そして、淡いレモン色のワンピースと帽子、そして真珠のアクセサリーと、品のよい装いに身を包んだ雅子さまは、すっと顔を上げ、凜とした声で話し始めた。
「私からはまず殿下に『本当に私でよろしいでしょうか』と伺いました」
結婚を決意した心境について語る雅子さまの言葉は、外務省の第一線で働く女性としての芯の強さを感じさせるものだった。
「お受けいたしますからには、殿下にお幸せになっていただけるように、そして、私自身も自分で『いい人生だった』と振り返れるような人生にできるように努力したいと思います」
そして、この会見の場で明かした雅子さまへの言葉「雅子さんのことは僕が一生全力でお守りしますから」とともに、新浜の鴨場は広く知られるようになった。

目隠しされたワゴンに潜み
千葉県市川市にある新浜鴨場は、敷地面積が約20万平方メートル。広大な敷地は木々や池に囲まれており、皇族方が国内外の賓客に伝統的な鴨猟を披露してもてなす場として使われている。

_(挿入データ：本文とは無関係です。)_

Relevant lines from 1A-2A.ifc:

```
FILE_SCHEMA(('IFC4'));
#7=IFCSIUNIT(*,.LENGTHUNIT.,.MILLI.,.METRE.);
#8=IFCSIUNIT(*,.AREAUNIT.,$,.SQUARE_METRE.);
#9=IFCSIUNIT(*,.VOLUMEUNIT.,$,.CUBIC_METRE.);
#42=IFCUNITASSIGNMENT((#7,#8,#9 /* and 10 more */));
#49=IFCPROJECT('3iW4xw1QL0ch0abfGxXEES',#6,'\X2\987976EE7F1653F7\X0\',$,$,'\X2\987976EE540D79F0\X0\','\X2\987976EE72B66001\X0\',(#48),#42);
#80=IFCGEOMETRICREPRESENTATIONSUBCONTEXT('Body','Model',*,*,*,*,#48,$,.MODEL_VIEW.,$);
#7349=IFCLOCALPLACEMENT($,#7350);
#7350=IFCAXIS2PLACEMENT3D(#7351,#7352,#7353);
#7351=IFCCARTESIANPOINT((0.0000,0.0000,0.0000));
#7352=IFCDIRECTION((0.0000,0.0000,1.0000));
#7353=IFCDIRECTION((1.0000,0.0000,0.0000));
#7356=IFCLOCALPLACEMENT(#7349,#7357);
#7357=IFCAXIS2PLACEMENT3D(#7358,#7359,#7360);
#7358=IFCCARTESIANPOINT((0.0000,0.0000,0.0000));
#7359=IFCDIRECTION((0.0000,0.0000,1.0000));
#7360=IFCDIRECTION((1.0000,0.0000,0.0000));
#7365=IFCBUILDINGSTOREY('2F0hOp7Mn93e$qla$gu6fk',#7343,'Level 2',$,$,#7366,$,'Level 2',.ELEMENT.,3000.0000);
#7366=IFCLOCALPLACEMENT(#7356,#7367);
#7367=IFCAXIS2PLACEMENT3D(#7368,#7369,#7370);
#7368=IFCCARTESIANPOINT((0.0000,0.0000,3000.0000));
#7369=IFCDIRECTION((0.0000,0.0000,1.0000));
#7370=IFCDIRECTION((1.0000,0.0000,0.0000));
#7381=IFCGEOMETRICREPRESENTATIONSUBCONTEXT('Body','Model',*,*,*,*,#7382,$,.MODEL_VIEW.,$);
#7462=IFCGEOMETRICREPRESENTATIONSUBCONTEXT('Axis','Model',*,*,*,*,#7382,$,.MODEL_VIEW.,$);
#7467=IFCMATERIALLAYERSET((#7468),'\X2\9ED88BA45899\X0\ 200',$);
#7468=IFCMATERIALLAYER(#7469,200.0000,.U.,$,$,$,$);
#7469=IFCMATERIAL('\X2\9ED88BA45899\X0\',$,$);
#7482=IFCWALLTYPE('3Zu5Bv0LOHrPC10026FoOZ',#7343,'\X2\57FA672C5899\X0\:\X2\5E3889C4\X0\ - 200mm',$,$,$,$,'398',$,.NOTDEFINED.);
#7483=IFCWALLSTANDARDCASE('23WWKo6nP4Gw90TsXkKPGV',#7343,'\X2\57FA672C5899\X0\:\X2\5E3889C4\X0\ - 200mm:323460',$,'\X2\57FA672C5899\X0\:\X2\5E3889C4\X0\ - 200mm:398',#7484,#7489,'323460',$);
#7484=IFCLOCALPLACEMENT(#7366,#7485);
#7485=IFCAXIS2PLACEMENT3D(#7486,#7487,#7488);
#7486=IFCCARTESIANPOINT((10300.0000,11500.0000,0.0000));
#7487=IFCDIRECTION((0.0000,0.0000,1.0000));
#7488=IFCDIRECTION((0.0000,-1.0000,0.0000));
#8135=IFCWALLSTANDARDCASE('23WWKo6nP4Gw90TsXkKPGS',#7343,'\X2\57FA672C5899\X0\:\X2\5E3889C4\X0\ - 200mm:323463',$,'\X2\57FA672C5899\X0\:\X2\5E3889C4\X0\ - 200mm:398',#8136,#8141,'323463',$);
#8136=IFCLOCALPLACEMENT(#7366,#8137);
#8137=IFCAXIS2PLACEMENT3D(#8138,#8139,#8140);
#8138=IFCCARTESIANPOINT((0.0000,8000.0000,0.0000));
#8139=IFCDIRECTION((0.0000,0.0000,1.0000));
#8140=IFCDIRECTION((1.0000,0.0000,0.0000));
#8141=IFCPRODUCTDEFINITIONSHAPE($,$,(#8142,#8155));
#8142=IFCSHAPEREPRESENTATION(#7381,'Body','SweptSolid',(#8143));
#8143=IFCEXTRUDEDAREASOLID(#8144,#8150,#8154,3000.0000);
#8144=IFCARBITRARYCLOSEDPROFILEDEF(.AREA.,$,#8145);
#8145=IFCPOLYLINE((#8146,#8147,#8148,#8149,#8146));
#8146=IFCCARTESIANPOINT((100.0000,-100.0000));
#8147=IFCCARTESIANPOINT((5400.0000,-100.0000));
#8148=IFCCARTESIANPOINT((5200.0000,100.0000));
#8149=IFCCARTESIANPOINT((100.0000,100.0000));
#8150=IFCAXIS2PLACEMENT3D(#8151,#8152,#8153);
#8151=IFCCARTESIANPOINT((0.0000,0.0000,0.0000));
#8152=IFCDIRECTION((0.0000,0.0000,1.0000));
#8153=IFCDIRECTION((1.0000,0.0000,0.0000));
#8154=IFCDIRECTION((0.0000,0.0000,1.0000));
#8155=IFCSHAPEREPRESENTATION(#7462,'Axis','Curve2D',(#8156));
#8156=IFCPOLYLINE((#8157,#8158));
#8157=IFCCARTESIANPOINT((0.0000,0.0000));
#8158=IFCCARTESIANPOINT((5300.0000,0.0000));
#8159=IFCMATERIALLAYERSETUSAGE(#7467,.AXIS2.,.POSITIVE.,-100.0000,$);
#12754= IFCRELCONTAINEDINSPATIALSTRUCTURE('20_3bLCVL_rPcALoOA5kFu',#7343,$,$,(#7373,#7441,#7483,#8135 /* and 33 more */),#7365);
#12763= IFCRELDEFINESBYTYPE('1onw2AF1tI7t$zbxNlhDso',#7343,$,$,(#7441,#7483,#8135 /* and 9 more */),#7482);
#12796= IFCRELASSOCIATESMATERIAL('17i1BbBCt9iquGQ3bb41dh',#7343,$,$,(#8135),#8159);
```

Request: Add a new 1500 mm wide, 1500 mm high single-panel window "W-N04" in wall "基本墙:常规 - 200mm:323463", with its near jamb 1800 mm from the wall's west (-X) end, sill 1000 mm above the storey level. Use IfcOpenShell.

```python
import numpy as np
import ifcopenshell
import ifcopenshell.api.feature
import ifcopenshell.api.geometry
import ifcopenshell.api.root
import ifcopenshell.api.spatial
import ifcopenshell.geom
import ifcopenshell.util.element
import ifcopenshell.util.placement
import ifcopenshell.util.representation
import ifcopenshell.util.shape
import ifcopenshell.util.unit

model = ifcopenshell.open("1A-2A.ifc")
unit_scale = ifcopenshell.util.unit.calculate_unit_scale(model)
settings = ifcopenshell.geom.settings()


def volume(element):
    """Net volume in cubic metres, openings subtracted."""
    shape = ifcopenshell.geom.create_shape(settings, element)
    return ifcopenshell.util.shape.get_volume(shape.geometry)


wall = model.by_guid("23WWKo6nP4Gw90TsXkKPGS")
storey = ifcopenshell.util.element.get_container(wall, ifc_class="IfcBuildingStorey")
context = ifcopenshell.util.representation.get_context(model, "Model", "Body", "MODEL_VIEW")
before = volume(wall)

width, height, from_end, sill = 1.5, 1.5, 1.8, 1  # metres

# The wall runs along its own X axis, and the end named is its -X end.
wall_shape = ifcopenshell.geom.create_shape(settings, wall)
x, y, z = ifcopenshell.util.shape.get_vertices(wall_shape.geometry).T
start = x.min() + from_end
face, thickness = float(y.min()), float(y.max() - y.min())
wall_matrix = ifcopenshell.util.placement.get_local_placement(wall.ObjectPlacement)
level = ifcopenshell.util.placement.get_local_placement(storey.ObjectPlacement)[2, 3]


def in_wall(x, y):
    """Placement at x, y metres in the wall's axes, at sill height."""
    matrix = wall_matrix.copy()
    matrix[:, 3] = wall_matrix @ np.array([x / unit_scale, y / unit_scale, 0.0, 1.0])
    matrix[2, 3] = level + sill / unit_scale
    return matrix


# Opening: a box that overshoots both wall faces by 50 mm.
opening = ifcopenshell.api.root.create_entity(model, ifc_class="IfcOpeningElement", predefined_type="OPENING")
box = ifcopenshell.api.geometry.add_wall_representation(
    model, context=context, length=width, height=height, thickness=thickness + 0.1
)
ifcopenshell.api.geometry.assign_representation(model, product=opening, representation=box)
ifcopenshell.api.geometry.edit_object_placement(model, product=opening, matrix=in_wall(start, face - 0.05), is_si=False)
ifcopenshell.api.feature.add_feature(model, feature=opening, element=wall)

window = ifcopenshell.api.root.create_entity(model, ifc_class="IfcWindow", name="W-N04", predefined_type="WINDOW")
window.OverallWidth, window.OverallHeight = width / unit_scale, height / unit_scale
window.PartitioningType = "SINGLE_PANEL"
body = ifcopenshell.api.geometry.add_window_representation(
    model,
    context=context,
    overall_width=window.OverallWidth,
    overall_height=window.OverallHeight,
    partition_type="SINGLE_PANEL",
)
ifcopenshell.api.geometry.assign_representation(model, product=window, representation=body)
ifcopenshell.api.spatial.assign_container(model, products=[window], relating_structure=storey)
ifcopenshell.api.feature.add_filling(model, opening=opening, element=window)

# Centre the window in the wall's thickness.
ifcopenshell.api.geometry.edit_object_placement(model, product=window, matrix=in_wall(start, face), is_si=False)
window_shape = ifcopenshell.geom.create_shape(settings, window)
depth = ifcopenshell.util.shape.get_vertices(window_shape.geometry)[:, 1]
offset = face + thickness / 2 - (depth.min() + depth.max()) / 2
ifcopenshell.api.geometry.edit_object_placement(model, product=window, matrix=in_wall(start, offset), is_si=False)

after = volume(wall)

print(f"wall volume {before:.3f} -> {after:.3f} m3")

model.write("1A-2A_v2.ifc")
```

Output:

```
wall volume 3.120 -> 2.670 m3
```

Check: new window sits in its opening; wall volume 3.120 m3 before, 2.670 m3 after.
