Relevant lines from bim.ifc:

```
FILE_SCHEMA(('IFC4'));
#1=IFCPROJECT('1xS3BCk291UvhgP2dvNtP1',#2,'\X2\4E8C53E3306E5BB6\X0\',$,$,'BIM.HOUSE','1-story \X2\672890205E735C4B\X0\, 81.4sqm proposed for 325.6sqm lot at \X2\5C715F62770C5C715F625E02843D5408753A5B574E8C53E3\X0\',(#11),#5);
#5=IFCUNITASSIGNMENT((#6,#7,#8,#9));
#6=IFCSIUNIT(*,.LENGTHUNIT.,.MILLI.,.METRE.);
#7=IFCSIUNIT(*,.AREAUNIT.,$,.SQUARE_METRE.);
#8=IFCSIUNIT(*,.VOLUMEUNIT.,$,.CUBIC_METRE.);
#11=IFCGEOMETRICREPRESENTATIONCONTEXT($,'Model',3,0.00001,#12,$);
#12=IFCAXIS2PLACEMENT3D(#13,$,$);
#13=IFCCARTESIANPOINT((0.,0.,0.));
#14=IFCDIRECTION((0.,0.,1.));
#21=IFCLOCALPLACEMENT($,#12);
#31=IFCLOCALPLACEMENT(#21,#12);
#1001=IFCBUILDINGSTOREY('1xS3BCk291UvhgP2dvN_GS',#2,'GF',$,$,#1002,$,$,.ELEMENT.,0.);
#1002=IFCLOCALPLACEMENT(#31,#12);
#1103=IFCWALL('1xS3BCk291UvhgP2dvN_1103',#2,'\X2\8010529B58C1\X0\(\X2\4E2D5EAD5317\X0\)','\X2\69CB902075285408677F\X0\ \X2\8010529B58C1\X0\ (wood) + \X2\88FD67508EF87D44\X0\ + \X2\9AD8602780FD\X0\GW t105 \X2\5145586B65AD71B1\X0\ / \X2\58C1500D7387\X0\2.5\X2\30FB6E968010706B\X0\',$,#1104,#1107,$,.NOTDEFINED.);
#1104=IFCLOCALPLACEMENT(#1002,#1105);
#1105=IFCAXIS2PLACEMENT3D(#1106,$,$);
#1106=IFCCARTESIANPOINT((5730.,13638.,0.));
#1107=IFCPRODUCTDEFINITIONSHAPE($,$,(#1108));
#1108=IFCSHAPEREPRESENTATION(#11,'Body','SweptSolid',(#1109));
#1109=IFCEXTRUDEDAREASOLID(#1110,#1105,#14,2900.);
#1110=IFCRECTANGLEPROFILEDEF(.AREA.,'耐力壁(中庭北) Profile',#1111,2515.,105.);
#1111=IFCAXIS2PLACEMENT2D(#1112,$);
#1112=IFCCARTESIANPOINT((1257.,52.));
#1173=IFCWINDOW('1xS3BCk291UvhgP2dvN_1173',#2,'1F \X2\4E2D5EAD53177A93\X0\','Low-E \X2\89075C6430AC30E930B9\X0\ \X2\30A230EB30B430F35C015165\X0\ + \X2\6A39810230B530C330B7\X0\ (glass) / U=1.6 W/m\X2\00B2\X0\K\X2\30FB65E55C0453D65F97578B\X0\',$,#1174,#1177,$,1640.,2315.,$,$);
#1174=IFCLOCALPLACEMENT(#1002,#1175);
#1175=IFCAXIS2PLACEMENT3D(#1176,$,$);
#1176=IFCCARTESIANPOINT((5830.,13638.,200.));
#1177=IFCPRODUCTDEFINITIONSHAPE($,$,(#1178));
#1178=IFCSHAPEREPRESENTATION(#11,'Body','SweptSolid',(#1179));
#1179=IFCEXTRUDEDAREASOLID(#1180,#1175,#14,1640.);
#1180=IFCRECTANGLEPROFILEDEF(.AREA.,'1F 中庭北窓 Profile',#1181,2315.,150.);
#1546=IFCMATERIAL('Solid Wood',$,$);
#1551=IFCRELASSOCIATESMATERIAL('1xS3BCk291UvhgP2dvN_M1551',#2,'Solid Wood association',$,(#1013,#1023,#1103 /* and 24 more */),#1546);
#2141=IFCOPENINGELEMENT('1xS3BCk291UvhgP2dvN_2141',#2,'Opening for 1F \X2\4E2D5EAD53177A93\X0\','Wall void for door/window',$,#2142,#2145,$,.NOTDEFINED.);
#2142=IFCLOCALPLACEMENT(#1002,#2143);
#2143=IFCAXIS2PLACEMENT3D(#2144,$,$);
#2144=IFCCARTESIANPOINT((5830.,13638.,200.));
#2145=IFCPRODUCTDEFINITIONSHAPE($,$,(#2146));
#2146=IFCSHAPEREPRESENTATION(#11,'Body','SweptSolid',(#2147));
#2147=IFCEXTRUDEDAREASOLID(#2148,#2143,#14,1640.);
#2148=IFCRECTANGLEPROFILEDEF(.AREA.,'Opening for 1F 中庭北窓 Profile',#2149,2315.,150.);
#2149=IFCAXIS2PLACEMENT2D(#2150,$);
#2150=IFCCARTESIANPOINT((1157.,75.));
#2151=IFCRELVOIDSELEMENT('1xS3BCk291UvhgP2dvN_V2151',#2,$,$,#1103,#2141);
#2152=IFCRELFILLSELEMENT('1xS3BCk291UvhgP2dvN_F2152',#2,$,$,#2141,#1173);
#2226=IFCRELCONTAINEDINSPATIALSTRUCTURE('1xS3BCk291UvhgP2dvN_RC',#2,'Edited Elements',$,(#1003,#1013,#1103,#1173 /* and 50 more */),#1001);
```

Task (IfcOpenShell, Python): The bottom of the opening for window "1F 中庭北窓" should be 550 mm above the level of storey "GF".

```python
import numpy as np
import ifcopenshell
import ifcopenshell.api.geometry
import ifcopenshell.geom
import ifcopenshell.util.element
import ifcopenshell.util.placement
import ifcopenshell.util.shape
import ifcopenshell.util.unit

model = ifcopenshell.open("bim.ifc")
unit_scale = ifcopenshell.util.unit.calculate_unit_scale(model)

window = model.by_guid("1xS3BCk291UvhgP2dvN_1173")
opening = window.FillsVoids[0].RelatingOpeningElement
storey = ifcopenshell.util.element.get_container(window, ifc_class="IfcBuildingStorey")
level = ifcopenshell.util.placement.get_local_placement(storey.ObjectPlacement)[2, 3]

# The opening's origin need not be at the sill, so measure its lowest point.
shape = ifcopenshell.geom.create_shape(ifcopenshell.geom.settings(), opening)
bottom = ifcopenshell.util.shape.get_shape_bottom_elevation(shape, shape.geometry) / unit_scale
dz = level + 550.0 - bottom

shift = np.array([0.0, 0.0, dz])
# The window is not placed relative to its opening, so move both.
for product in (opening, window):
    matrix = ifcopenshell.util.placement.get_local_placement(product.ObjectPlacement)
    matrix[:3, 3] += shift
    ifcopenshell.api.geometry.edit_object_placement(model, product=product, matrix=matrix, is_si=False)

print(f"moved by {dz * unit_scale:+.3f} m")

model.write("bim_updated.ifc")
```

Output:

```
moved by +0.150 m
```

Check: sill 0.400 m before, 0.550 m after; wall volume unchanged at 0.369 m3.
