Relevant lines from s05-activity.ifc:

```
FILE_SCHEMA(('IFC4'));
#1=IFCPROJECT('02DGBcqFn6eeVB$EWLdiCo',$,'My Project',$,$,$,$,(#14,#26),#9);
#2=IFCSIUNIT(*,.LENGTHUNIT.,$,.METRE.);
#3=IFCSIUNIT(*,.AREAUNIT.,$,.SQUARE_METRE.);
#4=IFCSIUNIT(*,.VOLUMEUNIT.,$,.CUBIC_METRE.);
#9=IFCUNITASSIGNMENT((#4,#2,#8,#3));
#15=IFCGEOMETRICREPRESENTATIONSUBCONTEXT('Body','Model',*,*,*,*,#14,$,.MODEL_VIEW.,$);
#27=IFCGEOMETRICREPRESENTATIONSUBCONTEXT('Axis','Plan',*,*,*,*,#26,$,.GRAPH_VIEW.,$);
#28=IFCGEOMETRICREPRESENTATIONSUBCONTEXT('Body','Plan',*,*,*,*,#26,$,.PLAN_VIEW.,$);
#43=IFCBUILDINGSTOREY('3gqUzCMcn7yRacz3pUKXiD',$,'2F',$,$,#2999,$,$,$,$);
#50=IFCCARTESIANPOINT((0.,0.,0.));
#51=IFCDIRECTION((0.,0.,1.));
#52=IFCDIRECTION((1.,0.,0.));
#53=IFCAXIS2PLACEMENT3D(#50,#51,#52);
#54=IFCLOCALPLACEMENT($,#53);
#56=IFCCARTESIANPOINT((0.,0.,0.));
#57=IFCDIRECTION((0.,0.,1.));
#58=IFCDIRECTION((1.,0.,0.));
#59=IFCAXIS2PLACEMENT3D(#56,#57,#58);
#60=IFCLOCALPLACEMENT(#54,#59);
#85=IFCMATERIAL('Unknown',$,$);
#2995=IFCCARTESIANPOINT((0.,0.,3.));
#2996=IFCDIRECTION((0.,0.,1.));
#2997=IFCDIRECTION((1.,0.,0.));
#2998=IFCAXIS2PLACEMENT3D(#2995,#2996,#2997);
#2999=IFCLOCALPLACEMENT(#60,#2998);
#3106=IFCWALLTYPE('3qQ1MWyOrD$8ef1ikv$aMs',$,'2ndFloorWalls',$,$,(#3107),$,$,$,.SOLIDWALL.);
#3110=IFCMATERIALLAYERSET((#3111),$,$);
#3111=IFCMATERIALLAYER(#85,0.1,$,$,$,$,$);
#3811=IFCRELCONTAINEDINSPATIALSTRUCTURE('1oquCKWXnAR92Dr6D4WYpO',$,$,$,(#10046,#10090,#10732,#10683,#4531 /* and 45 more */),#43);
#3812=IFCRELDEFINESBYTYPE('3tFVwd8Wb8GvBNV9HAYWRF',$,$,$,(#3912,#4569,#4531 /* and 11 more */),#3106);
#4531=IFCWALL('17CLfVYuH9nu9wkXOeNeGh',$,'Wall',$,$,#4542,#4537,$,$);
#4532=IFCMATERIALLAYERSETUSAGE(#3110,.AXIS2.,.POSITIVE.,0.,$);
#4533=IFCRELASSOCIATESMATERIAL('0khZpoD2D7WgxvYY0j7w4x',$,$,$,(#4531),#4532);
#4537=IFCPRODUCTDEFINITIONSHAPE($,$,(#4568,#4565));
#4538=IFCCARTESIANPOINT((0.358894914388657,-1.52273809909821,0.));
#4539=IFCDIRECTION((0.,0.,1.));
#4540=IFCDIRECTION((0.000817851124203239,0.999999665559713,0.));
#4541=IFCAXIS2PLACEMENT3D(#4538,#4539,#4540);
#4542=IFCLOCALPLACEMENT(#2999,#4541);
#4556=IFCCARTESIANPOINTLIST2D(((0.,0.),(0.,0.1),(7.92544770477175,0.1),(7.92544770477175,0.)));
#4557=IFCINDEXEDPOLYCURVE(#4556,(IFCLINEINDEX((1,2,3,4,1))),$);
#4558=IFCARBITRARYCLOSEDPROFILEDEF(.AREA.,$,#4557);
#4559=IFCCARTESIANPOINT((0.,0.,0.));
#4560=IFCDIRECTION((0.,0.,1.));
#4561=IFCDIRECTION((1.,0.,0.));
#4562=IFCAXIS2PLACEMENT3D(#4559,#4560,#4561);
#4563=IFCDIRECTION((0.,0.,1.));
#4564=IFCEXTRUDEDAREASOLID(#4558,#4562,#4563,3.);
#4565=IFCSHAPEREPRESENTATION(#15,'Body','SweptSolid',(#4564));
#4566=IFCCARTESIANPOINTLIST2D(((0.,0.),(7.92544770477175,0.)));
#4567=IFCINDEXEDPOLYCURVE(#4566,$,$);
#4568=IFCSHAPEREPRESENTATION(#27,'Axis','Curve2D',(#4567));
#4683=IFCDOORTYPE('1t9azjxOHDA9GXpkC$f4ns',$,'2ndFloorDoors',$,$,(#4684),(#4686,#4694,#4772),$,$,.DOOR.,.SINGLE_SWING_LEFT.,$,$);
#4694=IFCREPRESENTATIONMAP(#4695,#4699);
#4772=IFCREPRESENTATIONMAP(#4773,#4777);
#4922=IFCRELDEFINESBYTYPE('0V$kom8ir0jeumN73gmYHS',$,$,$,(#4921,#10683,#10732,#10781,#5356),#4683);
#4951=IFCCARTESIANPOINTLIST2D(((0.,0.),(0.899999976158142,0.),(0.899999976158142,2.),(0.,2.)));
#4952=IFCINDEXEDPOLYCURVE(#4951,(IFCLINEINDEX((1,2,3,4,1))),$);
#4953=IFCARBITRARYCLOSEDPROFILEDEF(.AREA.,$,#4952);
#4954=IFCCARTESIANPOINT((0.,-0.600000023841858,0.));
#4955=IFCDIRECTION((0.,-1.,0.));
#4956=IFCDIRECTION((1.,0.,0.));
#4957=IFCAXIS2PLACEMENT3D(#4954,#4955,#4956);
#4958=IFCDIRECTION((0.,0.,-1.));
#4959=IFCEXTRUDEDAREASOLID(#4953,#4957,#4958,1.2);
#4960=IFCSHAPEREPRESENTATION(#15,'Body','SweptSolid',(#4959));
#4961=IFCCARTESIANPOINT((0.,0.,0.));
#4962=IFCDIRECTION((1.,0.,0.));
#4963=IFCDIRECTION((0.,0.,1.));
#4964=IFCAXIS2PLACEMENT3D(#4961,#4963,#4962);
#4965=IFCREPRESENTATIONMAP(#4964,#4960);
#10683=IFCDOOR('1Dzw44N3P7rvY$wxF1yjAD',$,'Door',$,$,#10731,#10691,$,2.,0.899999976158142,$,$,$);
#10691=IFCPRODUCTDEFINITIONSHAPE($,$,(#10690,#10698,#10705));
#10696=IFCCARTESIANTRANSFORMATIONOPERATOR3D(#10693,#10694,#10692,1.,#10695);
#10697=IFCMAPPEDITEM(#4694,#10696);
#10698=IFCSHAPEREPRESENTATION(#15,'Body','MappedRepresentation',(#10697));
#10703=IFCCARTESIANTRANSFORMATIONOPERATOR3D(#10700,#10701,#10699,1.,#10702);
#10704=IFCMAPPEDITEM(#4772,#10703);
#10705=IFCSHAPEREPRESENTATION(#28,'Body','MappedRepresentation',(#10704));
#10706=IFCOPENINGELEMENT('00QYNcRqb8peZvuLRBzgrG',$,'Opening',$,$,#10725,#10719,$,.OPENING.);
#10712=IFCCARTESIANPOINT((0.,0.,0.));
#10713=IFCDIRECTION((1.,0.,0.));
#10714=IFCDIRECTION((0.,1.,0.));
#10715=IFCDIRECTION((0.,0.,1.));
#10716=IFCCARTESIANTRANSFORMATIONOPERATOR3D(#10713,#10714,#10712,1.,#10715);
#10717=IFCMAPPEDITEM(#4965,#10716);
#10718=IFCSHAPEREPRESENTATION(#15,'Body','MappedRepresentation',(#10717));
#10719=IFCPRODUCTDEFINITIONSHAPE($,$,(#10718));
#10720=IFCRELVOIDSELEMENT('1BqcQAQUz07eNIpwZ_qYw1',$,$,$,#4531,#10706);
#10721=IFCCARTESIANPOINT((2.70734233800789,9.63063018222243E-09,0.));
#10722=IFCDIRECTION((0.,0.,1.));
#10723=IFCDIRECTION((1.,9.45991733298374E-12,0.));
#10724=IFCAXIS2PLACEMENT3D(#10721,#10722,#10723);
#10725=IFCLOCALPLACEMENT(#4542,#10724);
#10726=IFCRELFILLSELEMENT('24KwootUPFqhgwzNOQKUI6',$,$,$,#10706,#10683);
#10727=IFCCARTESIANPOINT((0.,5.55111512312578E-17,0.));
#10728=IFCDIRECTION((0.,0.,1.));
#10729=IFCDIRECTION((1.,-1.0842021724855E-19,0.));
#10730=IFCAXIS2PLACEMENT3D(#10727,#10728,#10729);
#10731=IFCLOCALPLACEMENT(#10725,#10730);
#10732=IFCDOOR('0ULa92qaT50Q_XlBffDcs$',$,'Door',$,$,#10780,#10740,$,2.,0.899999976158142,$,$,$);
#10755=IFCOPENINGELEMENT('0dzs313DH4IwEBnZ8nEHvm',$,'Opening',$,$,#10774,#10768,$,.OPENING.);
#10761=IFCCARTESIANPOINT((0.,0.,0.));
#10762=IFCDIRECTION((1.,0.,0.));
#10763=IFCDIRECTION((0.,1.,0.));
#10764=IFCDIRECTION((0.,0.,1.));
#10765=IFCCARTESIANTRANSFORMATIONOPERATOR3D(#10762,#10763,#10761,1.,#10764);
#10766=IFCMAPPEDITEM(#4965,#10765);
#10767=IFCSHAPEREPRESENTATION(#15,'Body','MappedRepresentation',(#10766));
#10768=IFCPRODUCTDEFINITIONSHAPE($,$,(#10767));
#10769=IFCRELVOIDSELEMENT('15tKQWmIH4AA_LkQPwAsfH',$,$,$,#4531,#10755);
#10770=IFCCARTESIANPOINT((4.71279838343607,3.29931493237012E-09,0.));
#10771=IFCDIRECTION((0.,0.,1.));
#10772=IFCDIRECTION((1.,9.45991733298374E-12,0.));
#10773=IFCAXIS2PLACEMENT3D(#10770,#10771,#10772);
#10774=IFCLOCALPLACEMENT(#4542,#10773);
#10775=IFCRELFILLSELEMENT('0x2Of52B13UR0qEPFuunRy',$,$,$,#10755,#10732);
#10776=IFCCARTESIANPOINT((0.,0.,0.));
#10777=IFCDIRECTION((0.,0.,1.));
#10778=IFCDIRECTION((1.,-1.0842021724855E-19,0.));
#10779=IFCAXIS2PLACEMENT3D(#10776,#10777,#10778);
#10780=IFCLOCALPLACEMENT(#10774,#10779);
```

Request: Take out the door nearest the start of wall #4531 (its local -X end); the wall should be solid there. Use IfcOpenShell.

```python
import ifcopenshell
import ifcopenshell.api.feature
import ifcopenshell.api.root
import ifcopenshell.geom
import ifcopenshell.util.shape

model = ifcopenshell.open("s05-activity.ifc")
settings = ifcopenshell.geom.settings()


def volume(element):
    """Net volume in cubic metres, openings subtracted."""
    shape = ifcopenshell.geom.create_shape(settings, element)
    return ifcopenshell.util.shape.get_volume(shape.geometry)


door = model.by_id(10683)
opening = door.FillsVoids[0].RelatingOpeningElement
wall = opening.VoidsElements[0].RelatingBuildingElement
before = volume(wall)

ifcopenshell.api.root.remove_product(model, product=door)
ifcopenshell.api.feature.remove_feature(model, feature=opening)

after = volume(wall)

print(f"wall volume {before:.3f} -> {after:.3f} m3")

model.write("s05-activity_rev.ifc")
```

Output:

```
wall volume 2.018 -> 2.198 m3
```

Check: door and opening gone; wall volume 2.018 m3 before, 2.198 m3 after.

一般人が自由に出入りできる場所ではないが、「皇太子さま(天皇陛下)のお妃候補」をめぐる取材合戦が過熱していた当時、鴨場での「極秘デート」を成立させるのもひと苦労だったようだ。
当時の報道などによれば、陛下が雅子さまにプロポーズした10月3日の昼ごろ、ワインレッド色の軽ワゴン車が静かに赤坂御用地を出発。黒いフィルムで目隠しされた後部座席には、頭から布を被って身を隠した陛下が潜んでおり、警察にも知らされていなかったという。
そして、ワゴン車と当時の侍従長が乗った車が向かった鴨場には、外務省職員だった雅子さまが待っていた。
まるで映画のような物々しさだが、おふたりは鴨場での「極秘デート」で穏やかな時間を過ごされたようだ。

芝生の庭でおふたりは、ちまき寿司を食べ、輪投げ遊びなどを楽しまれた。付き添いの侍従長と外務省の職員は、鴨場の建物の中から静かに見守っていたという。
おふたりはご結婚後も新浜鴨場を訪れており、95年12月には陛下と上品なパンツスーツ姿の雅子さまが、両手に抱えた鴨を放鳥。海外からの賓客を笑顔でもてなした。
そして愛子さまもご両親の思い出の場所で、とびきりの笑顔で見せてくれた。